I noticed that there wasn't a thread for this film, so I figured I'd rectify that.


> The Good Dinosaur is an upcoming American 3D computer-animated comedy film produced by Pixar Animation Studios and released by Walt Disney Pictures. It is scheduled to be released on November 25, 2015.[3] It is the studio's sixteenth feature film. Bob Peterson, who came up with the idea for the story, directed The Good Dinosaur until August 2013, when he was removed from the film.[1] On October 21, 2014, Peter Sohn (who had previously been Peterson's co-director) was announced as the new director of The Good Dinosaur.[4]
> 
> The official synopsis reads: "The Good Dinosaur? asks the generations-old question: What if the cataclysmic asteroid that forever changed life on Earth actually missed the planet completely and giant dinosaurs never became extinct? The film is a humorous and exciting original story about Arlo, a lively 70-foot-tall teenage Apatosaurus with a big heart. After a traumatic event rattles Arlo?'s tranquil community, he sets out on a quest to restore peace, gaining an unlikely companion along the way - ?a young human boy named Spot."


----------



## Tranquil Fury (Dec 9, 2014)

Was hoping for something like the Dinosaurs tv series where dinos had jobs and such.
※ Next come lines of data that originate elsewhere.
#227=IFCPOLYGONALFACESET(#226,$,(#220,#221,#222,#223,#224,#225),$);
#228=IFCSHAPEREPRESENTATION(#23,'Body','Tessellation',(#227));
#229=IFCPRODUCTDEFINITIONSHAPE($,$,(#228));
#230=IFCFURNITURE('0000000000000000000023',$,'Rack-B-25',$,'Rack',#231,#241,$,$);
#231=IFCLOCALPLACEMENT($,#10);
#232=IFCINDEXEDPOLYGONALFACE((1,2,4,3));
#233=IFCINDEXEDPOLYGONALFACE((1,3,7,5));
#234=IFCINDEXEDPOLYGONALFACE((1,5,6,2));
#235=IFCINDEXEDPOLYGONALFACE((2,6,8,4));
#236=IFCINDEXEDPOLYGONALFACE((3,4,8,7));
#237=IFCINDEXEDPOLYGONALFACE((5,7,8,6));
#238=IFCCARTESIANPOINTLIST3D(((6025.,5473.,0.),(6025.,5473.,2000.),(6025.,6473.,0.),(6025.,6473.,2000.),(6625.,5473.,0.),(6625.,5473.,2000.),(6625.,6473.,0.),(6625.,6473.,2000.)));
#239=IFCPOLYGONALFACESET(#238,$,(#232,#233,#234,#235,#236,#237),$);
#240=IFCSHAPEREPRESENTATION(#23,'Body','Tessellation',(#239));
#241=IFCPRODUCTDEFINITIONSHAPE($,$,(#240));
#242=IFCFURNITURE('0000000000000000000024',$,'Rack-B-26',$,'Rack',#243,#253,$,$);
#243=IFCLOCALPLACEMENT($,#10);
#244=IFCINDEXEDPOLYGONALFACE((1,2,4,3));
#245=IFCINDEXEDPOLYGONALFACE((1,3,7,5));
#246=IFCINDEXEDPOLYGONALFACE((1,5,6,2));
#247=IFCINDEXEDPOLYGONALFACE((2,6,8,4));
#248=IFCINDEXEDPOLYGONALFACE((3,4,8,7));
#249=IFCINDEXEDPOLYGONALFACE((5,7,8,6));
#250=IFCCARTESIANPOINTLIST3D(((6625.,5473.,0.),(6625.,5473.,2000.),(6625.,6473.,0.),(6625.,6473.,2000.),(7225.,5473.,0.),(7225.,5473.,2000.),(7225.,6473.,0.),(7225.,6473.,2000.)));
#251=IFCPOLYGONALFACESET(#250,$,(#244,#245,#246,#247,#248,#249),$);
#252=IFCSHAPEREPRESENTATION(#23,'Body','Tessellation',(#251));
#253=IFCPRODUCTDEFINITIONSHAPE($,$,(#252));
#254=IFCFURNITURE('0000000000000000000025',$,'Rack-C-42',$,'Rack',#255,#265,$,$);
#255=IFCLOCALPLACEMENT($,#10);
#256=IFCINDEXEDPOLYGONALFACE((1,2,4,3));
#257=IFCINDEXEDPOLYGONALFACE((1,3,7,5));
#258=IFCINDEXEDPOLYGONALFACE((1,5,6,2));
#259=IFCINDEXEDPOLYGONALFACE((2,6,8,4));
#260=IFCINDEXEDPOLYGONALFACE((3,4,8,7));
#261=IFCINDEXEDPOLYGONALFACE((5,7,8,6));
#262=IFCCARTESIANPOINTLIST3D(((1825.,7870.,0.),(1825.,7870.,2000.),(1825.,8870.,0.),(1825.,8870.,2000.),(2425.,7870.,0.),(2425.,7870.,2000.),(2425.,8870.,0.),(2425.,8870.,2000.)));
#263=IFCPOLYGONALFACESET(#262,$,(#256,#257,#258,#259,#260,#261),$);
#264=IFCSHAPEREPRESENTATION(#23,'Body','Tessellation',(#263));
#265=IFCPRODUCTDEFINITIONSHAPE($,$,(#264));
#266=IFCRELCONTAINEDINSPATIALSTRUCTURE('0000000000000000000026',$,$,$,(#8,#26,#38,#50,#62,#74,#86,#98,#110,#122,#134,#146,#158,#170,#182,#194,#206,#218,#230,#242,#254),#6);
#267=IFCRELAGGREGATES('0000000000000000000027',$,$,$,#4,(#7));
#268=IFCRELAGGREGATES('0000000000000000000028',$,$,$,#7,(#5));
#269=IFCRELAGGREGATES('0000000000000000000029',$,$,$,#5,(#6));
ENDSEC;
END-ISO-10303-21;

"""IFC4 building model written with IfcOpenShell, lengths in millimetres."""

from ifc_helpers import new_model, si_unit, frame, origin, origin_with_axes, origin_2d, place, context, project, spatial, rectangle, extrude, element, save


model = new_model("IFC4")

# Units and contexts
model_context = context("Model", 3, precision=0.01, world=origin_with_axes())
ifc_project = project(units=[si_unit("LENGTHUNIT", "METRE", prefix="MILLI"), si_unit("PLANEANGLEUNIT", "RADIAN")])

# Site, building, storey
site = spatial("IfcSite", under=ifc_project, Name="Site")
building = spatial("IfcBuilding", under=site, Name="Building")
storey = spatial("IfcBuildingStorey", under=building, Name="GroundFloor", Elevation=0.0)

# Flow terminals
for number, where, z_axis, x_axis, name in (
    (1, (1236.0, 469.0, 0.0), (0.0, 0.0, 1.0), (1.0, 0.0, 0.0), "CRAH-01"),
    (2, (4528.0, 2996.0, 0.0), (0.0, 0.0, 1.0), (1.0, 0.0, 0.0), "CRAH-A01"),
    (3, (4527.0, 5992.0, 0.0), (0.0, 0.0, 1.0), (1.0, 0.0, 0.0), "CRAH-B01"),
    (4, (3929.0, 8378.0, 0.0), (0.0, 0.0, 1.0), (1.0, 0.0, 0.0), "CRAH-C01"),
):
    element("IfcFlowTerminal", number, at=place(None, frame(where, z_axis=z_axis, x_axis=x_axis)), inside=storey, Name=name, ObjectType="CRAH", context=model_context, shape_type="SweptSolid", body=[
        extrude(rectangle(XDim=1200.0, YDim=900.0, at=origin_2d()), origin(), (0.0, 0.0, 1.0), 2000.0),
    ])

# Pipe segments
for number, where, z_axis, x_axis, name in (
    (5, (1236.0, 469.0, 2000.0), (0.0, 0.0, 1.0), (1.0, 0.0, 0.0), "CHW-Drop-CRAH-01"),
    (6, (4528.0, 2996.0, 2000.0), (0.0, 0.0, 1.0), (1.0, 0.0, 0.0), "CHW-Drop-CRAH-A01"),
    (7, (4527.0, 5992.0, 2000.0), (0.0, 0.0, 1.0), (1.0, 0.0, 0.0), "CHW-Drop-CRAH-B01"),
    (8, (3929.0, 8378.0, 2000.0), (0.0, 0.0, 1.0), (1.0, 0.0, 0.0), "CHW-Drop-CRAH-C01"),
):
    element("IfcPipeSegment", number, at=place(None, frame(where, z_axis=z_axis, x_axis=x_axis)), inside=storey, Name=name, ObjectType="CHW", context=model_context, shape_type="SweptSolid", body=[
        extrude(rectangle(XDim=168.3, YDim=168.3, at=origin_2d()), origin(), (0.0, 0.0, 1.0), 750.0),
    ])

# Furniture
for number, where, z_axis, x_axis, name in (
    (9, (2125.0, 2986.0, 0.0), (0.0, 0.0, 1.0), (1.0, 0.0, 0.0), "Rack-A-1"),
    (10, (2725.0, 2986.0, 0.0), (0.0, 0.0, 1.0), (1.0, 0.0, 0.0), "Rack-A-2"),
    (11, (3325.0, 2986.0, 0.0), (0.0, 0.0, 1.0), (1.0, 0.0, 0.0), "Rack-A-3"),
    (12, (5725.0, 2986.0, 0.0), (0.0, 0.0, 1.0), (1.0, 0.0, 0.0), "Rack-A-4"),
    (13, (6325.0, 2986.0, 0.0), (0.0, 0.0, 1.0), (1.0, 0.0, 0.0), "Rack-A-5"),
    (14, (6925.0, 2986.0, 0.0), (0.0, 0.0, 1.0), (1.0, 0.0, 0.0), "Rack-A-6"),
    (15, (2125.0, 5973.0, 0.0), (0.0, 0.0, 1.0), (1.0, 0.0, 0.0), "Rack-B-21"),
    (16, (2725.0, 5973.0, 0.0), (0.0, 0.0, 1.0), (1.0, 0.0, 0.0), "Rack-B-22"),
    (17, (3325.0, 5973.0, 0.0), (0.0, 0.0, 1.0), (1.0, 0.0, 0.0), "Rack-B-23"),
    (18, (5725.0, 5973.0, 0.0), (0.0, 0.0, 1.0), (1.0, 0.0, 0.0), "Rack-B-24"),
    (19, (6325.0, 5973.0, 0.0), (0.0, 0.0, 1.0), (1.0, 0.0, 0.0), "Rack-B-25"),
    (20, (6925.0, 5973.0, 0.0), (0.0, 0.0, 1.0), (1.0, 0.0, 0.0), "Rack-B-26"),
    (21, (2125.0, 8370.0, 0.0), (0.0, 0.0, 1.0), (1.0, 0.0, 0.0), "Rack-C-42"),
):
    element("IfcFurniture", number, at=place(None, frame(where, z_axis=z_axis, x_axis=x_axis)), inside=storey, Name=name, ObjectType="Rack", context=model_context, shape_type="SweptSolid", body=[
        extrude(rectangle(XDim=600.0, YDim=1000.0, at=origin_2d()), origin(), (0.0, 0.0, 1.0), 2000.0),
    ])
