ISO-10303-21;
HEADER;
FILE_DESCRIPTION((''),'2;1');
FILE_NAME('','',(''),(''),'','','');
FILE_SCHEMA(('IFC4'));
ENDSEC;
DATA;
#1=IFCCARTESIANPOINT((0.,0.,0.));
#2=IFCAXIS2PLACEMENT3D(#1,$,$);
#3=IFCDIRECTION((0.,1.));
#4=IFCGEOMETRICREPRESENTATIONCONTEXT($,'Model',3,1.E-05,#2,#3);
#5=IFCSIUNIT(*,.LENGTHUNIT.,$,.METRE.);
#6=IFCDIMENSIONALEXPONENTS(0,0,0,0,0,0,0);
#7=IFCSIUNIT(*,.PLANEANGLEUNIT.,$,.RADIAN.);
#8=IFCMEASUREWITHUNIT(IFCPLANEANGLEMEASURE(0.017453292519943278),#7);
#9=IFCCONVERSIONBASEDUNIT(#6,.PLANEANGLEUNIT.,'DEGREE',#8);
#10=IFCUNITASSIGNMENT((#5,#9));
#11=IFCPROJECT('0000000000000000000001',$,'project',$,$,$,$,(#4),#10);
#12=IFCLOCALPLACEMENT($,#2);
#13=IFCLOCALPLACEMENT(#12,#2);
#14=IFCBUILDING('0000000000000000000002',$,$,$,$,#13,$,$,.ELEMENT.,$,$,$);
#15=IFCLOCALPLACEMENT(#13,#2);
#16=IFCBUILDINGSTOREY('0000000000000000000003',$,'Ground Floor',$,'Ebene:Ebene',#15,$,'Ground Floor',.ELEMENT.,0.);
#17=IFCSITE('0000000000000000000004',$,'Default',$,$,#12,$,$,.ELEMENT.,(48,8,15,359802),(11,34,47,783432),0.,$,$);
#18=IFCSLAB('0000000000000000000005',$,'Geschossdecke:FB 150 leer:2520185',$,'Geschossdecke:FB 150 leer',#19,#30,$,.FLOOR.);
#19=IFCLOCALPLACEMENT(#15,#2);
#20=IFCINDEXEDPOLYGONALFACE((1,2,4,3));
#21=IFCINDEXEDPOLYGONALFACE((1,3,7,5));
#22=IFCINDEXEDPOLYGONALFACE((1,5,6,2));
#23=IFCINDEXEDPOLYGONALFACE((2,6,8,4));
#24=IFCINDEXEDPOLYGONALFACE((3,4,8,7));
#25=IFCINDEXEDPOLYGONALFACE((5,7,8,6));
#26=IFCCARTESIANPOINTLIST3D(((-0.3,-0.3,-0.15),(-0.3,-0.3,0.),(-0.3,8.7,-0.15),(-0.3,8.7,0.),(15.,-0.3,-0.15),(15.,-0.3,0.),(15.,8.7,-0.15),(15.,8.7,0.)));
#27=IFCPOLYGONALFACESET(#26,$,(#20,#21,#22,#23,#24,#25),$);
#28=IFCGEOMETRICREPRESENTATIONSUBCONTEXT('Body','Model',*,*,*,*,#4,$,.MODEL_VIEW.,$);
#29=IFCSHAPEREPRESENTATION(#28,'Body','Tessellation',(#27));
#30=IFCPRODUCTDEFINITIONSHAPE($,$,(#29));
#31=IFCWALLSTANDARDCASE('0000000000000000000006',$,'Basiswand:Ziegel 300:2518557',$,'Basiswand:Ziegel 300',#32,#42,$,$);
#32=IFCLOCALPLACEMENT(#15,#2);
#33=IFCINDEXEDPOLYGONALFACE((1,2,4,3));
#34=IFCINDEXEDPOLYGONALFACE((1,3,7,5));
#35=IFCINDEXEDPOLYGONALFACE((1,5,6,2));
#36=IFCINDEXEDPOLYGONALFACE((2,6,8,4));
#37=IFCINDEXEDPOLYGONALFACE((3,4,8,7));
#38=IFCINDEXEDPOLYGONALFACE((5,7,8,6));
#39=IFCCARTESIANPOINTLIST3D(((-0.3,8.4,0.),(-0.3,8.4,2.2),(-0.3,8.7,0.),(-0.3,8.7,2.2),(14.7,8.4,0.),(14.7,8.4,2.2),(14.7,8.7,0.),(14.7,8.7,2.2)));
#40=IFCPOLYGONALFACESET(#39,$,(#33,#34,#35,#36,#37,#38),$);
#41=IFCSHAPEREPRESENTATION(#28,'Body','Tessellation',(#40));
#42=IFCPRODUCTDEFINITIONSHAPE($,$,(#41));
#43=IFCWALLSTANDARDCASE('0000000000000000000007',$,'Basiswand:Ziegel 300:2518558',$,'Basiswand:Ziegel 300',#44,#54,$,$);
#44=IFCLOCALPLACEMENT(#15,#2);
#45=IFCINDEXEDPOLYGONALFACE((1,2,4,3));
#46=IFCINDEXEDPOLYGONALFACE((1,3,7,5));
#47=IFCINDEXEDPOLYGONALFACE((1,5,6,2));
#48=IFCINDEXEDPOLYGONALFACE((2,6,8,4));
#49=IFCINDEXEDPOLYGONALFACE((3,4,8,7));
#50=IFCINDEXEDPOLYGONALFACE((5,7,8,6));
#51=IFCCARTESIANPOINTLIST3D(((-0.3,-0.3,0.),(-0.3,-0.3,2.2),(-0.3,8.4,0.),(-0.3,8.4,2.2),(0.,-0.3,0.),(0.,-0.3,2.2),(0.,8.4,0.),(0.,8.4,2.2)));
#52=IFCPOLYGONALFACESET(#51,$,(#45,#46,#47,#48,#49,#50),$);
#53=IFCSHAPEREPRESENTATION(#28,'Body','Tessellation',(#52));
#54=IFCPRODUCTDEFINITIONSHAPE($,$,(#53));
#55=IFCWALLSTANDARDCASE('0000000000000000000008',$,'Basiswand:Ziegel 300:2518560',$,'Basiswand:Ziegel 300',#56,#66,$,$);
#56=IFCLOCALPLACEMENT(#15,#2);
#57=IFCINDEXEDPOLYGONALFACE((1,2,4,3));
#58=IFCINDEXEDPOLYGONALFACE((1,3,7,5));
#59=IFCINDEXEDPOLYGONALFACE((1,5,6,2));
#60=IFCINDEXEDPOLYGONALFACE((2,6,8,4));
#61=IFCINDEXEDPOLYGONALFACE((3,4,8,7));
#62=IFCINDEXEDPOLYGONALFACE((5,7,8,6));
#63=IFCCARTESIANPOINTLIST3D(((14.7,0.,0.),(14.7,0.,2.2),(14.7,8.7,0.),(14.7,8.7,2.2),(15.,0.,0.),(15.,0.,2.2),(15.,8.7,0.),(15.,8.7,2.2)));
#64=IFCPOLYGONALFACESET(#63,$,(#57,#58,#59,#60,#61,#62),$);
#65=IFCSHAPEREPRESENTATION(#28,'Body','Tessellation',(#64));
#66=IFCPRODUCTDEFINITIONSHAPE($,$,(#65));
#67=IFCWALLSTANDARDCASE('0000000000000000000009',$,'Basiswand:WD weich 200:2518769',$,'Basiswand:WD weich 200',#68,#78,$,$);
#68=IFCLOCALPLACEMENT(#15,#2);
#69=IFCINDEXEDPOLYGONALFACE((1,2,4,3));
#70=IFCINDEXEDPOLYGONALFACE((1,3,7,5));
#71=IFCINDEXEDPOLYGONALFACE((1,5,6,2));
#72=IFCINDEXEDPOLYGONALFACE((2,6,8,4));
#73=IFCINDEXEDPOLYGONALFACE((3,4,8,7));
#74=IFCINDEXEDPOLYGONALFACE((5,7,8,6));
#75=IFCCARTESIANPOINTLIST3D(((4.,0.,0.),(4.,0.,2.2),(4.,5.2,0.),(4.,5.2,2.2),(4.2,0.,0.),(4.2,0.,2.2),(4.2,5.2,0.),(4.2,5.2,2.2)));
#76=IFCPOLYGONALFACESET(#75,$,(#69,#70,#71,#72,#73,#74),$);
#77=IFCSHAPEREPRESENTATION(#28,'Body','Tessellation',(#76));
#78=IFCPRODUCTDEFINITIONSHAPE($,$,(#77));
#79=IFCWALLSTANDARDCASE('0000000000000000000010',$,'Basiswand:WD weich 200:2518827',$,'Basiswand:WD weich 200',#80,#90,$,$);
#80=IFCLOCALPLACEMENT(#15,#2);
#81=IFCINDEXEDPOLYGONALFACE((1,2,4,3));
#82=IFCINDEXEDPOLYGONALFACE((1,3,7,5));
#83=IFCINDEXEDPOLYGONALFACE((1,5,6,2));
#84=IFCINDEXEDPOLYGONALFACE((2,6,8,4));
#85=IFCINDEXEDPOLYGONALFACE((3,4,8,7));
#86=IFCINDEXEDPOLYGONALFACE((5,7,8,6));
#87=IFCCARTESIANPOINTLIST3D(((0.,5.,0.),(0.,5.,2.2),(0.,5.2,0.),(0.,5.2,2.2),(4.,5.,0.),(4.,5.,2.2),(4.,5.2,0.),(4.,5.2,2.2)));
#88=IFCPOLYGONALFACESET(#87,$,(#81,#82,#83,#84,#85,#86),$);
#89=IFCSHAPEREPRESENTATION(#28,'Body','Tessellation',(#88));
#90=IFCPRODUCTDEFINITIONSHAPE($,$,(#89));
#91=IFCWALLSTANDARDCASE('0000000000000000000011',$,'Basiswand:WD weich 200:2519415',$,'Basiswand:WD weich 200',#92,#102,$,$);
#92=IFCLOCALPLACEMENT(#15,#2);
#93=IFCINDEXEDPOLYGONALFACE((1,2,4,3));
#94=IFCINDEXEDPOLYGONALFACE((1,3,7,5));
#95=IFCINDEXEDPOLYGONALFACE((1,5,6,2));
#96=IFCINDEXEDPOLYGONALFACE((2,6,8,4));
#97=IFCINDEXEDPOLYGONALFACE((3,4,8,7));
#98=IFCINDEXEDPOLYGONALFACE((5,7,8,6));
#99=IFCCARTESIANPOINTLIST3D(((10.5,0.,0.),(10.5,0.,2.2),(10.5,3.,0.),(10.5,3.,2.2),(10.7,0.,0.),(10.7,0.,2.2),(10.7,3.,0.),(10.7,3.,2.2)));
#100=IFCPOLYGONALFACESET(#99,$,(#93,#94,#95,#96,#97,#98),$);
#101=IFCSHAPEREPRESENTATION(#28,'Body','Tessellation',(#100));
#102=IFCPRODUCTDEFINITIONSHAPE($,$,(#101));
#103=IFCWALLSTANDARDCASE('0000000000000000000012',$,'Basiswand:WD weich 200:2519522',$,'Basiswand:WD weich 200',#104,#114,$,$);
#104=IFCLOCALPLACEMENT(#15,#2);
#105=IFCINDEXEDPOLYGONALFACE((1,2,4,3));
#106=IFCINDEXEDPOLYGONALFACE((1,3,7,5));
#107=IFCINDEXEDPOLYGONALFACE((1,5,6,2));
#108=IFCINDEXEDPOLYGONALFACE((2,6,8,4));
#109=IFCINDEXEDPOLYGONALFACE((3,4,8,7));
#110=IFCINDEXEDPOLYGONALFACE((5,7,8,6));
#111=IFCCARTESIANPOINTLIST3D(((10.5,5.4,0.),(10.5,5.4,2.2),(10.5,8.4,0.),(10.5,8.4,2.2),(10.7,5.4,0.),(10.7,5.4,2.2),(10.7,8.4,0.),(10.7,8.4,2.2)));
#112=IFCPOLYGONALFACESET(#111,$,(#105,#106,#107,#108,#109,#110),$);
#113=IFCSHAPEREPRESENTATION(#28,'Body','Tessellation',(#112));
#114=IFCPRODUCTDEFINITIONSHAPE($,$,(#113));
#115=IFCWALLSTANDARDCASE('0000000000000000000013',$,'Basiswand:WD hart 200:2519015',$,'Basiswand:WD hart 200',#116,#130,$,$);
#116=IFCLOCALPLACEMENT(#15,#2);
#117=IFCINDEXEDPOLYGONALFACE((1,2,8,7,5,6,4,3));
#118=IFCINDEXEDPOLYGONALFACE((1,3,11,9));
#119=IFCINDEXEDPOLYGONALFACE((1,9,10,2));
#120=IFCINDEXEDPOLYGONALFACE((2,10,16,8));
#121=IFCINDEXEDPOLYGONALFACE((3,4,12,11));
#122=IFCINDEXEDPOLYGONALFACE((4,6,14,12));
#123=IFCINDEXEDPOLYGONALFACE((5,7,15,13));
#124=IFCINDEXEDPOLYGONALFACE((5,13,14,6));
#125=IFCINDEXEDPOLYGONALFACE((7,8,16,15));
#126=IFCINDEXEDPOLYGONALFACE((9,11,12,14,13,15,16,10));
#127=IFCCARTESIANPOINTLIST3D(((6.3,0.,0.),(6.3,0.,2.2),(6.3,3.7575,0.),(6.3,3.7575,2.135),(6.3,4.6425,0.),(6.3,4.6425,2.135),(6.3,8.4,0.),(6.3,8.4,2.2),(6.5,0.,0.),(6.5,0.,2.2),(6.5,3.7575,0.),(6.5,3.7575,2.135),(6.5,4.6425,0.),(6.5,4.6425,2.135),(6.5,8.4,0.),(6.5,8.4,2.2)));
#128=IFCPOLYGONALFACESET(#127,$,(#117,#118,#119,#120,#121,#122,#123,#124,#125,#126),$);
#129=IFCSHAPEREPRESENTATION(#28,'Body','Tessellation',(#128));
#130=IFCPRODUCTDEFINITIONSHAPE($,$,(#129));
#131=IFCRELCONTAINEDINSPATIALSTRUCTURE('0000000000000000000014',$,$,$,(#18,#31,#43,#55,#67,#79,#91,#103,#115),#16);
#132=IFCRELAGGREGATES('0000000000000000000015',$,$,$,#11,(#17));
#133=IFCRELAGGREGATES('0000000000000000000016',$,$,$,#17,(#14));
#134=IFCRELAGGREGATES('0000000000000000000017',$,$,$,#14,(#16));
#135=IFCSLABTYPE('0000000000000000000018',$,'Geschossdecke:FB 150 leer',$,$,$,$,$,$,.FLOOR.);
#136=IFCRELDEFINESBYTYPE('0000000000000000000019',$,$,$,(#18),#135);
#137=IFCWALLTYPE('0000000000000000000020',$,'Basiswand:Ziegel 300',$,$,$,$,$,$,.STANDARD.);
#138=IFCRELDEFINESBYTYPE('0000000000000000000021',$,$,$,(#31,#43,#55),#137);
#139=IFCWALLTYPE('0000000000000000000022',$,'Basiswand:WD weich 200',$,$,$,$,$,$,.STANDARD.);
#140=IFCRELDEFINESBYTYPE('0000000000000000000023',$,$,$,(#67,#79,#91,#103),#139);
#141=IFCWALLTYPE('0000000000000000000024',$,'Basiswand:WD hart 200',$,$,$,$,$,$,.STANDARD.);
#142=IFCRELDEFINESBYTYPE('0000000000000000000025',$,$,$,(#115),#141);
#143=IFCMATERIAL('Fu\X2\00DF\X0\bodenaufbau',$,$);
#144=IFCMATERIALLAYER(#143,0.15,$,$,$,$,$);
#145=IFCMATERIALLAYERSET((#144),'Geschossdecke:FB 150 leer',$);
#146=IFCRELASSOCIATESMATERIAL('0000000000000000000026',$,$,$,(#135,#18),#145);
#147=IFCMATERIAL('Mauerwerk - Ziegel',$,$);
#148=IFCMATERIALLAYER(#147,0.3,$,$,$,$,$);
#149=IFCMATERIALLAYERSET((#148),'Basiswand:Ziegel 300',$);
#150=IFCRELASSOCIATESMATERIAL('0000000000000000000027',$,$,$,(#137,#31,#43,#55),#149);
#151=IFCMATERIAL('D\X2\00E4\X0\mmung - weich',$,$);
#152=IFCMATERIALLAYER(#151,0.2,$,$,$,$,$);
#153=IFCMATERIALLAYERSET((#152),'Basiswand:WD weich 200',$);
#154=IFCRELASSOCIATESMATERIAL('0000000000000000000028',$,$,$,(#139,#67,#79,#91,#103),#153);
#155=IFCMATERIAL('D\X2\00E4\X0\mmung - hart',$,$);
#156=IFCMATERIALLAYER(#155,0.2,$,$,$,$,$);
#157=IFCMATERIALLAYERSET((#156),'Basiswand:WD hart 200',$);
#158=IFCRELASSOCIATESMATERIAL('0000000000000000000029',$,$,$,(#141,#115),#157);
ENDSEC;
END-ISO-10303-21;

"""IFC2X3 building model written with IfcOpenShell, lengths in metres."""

from ifc_helpers import new_model, entity, si_unit, converted_unit, direction, frame, frame_2d, origin, origin_2d_with_axis, place, context, subcontext, project, spatial, rectangle, extrude, material, layer, layer_set, layer_usage, type_object, element, save


model = new_model("IFC2X3")

# Units and contexts
model_context = context("Model", 3, precision=1e-05, world=origin(), true_north=direction((0.0, 1.0)))
body_context = subcontext(model_context, "Body", "Model", "MODEL_VIEW")
ifc_project = project(units=[si_unit("LENGTHUNIT", "METRE"), converted_unit("PLANEANGLEUNIT", "DEGREE", entity("IfcPlaneAngleMeasure", 0.017453292519943278), si_unit("PLANEANGLEUNIT", "RADIAN"), dimensions=[0, 0, 0, 0, 0, 0, 0])], contexts=[model_context])

# Site, building, storey
site_placement = place(None, origin())
site = spatial("IfcSite", under=ifc_project, at=site_placement, Name="Default", CompositionType="ELEMENT", RefLatitude=(48, 8, 15, 359802), RefLongitude=(11, 34, 47, 783432), RefElevation=0.0)
building_placement = place(site_placement, origin())
building = spatial("IfcBuilding", under=site, at=building_placement, CompositionType="ELEMENT")
storey_placement = place(building_placement, origin())
storey = spatial("IfcBuildingStorey", under=building, at=storey_placement, Name="Ground Floor", ObjectType="Ebene:Ebene", LongName="Ground Floor", CompositionType="ELEMENT", Elevation=0.0)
Maybe this might still have that but so far the premise has'nt wowed me but I'm sure after seeing a trailer and the casting my mind will change.


----------



## Stunna (Dec 9, 2014)

Yeah, I'm hoping the trailer wows, 'cause the premise doesn't grab me and the concept art doesn't inspire confidence.


----------



## Cyphon (Dec 9, 2014)

I pretty much always just judge off the trailers. NPH is the only voice cast I recognize. Always look forward to new animated releases though.


----------



## Stunna (Dec 29, 2014)

*New THE GOOD DINOSAUR Concept Art and Official Logo Offer Another Look*



> You may have noticed that Pixar didn?t release a movie this year.  This is the first time that?s happened since 2005, and it?s due to the fact that the studio instituted a director change on its original 2014 film, The Good Dinosaur, fairly late in the game, resulting in a pretty significant overhaul of the story.  The film will finally hit theaters next fall with co-director Peter Sohn stepping into the director?s chair to tell the story of a dinosaur named Arlo who, after a traumatic event unsettles his family, sets out on a journey with an unlikely companion?a human boy.  The buddy comedy takes place in world in which the dinosaurs never went extinct, and this new piece of concept art offers up a striking tease of the kind of visuals we might expect.
> 
> Check out the new The Good Dinosaur concept art and official logo after the jump.  The voice cast includes Lucas Neff, Bill Hader, Neil Patrick Harris, John Lithgow, Frances McDormand, and Judy Greer.  The Good Dinosaur opens in theaters on November 25, 2015.


----------



## Swarmy (Dec 30, 2014)

No dinosauroids?


----------



## Furious George (Dec 30, 2014)

So then that's two Pixar flicks to be released in one year? 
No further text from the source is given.